* Exercise description
Could you print the full listing below, keeping each line identical?

* Extracted information
****************************************

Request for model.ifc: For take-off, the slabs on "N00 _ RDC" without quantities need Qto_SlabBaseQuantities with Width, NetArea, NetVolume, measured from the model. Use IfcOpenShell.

First a look at what the model holds.

```python
import ifcopenshell
import ifcopenshell.util.element
import ifcopenshell.util.unit

model = ifcopenshell.open("model.ifc")
print(model.schema)
for unit_type in ("LENGTHUNIT", "AREAUNIT", "VOLUMEUNIT"):
    print(unit_type, ifcopenshell.util.unit.calculate_unit_scale(model, unit_type))
storey = next(s for s in model.by_type("IfcBuildingStorey") if s.Name == "N00 _ RDC")
slabs = [e for e in ifcopenshell.util.element.get_decomposition(storey) if e.is_a("IfcSlab")]
for e in sorted(slabs, key=lambda e: e.id()):
    print(e.id(), e.is_a(), e.Name, list(ifcopenshell.util.element.get_psets(e, qtos_only=True)), sep=" | ")
```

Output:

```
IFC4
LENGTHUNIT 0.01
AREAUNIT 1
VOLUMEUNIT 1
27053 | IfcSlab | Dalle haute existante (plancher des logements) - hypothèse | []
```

```python
import ifcopenshell
import ifcopenshell.api.pset
import ifcopenshell.geom
import ifcopenshell.util.element
import ifcopenshell.util.shape
import ifcopenshell.util.unit

model = ifcopenshell.open("model.ifc")
unit_scale = ifcopenshell.util.unit.calculate_unit_scale(model)
area_scale = ifcopenshell.util.unit.calculate_unit_scale(model, "AREAUNIT")
volume_scale = ifcopenshell.util.unit.calculate_unit_scale(model, "VOLUMEUNIT")
settings = ifcopenshell.geom.settings()

storey = next(s for s in model.by_type("IfcBuildingStorey") if s.Name == "N00 _ RDC")
slabs = [e for e in ifcopenshell.util.element.get_decomposition(storey) if e.is_a("IfcSlab")]

for e in sorted(slabs, key=lambda e: e.id()):
    if ifcopenshell.util.element.get_psets(e, qtos_only=True, should_inherit=False):
        continue
    # Geometry comes back in metres, in the element's own axes.
    shape = ifcopenshell.geom.create_shape(settings, e)
    values = {
        "Width": ifcopenshell.util.shape.get_z(shape.geometry) / unit_scale,
        "NetArea": ifcopenshell.util.shape.get_footprint_area(shape.geometry) / area_scale,
        "NetVolume": ifcopenshell.util.shape.get_volume(shape.geometry) / volume_scale,
    }
    qto = ifcopenshell.api.pset.add_qto(model, product=e, name="Qto_SlabBaseQuantities")
    ifcopenshell.api.pset.edit_qto(model, qto=qto, properties=values)
    print(e.id(), {k: round(v, 3) for k, v in values.items()})

model.write("model-out.ifc")
```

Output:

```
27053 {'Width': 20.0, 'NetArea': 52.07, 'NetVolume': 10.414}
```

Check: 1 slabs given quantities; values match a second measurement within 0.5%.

****************************************

* Answer area
Request for model.ifc: For take-off, the slabs on "N00 _ RDC" without quantities need Qto_SlabBaseQuantities with Width, NetArea, NetVolume, measured from the model. Use IfcOpenShell.

First a look at what the model holds.

```python
import ifcopenshell
import ifcopenshell.util.element
import ifcopenshell.util.unit

model = ifcopenshell.open("model.ifc")
print(model.schema)
for unit_type in ("LENGTHUNIT", "AREAUNIT", "VOLUMEUNIT"):
    print(unit_type, ifcopenshell.util.unit.calculate_unit_scale(model, unit_type))
storey = next(s for s in model.by_type("IfcBuildingStorey") if s.Name == "N00 _ RDC")
slabs = [e for e in ifcopenshell.util.element.get_decomposition(storey) if e.is_a("IfcSlab")]
for e in sorted(slabs, key=lambda e: e.id()):
    print(e.id(), e.is_a(), e.Name, list(ifcopenshell.util.element.get_psets(e, qtos_only=True)), sep=" | ")
```

Output:

```
IFC4
LENGTHUNIT 0.01
AREAUNIT 1
VOLUMEUNIT 1
27053 | IfcSlab | Dalle haute existante (plancher des logements) - hypothèse | []
```

```python
import ifcopenshell
import ifcopenshell.api.pset
import ifcopenshell.geom
import ifcopenshell.util.element
import ifcopenshell.util.shape
import ifcopenshell.util.unit

model = ifcopenshell.open("model.ifc")
unit_scale = ifcopenshell.util.unit.calculate_unit_scale(model)
area_scale = ifcopenshell.util.unit.calculate_unit_scale(model, "AREAUNIT")
volume_scale = ifcopenshell.util.unit.calculate_unit_scale(model, "VOLUMEUNIT")
settings = ifcopenshell.geom.settings()

storey = next(s for s in model.by_type("IfcBuildingStorey") if s.Name == "N00 _ RDC")
slabs = [e for e in ifcopenshell.util.element.get_decomposition(storey) if e.is_a("IfcSlab")]

for e in sorted(slabs, key=lambda e: e.id()):
    if ifcopenshell.util.element.get_psets(e, qtos_only=True, should_inherit=False):
        continue
    # Geometry comes back in metres, in the element's own axes.
    shape = ifcopenshell.geom.create_shape(settings, e)
    values = {
        "Width": ifcopenshell.util.shape.get_z(shape.geometry) / unit_scale,
        "NetArea": ifcopenshell.util.shape.get_footprint_area(shape.geometry) / area_scale,
        "NetVolume": ifcopenshell.util.shape.get_volume(shape.geometry) / volume_scale,
    }
    qto = ifcopenshell.api.pset.add_qto(model, product=e, name="Qto_SlabBaseQuantities")
    ifcopenshell.api.pset.edit_qto(model, qto=qto, properties=values)
    print(e.id(), {k: round(v, 3) for k, v in values.items()})

model.write("model-out.ifc")
```

Output:

```
27053 {'Width': 20.0, 'NetArea': 52.07, 'NetVolume': 10.414}
```

Check: 1 slabs given quantities; values match a second measurement within 0.5%.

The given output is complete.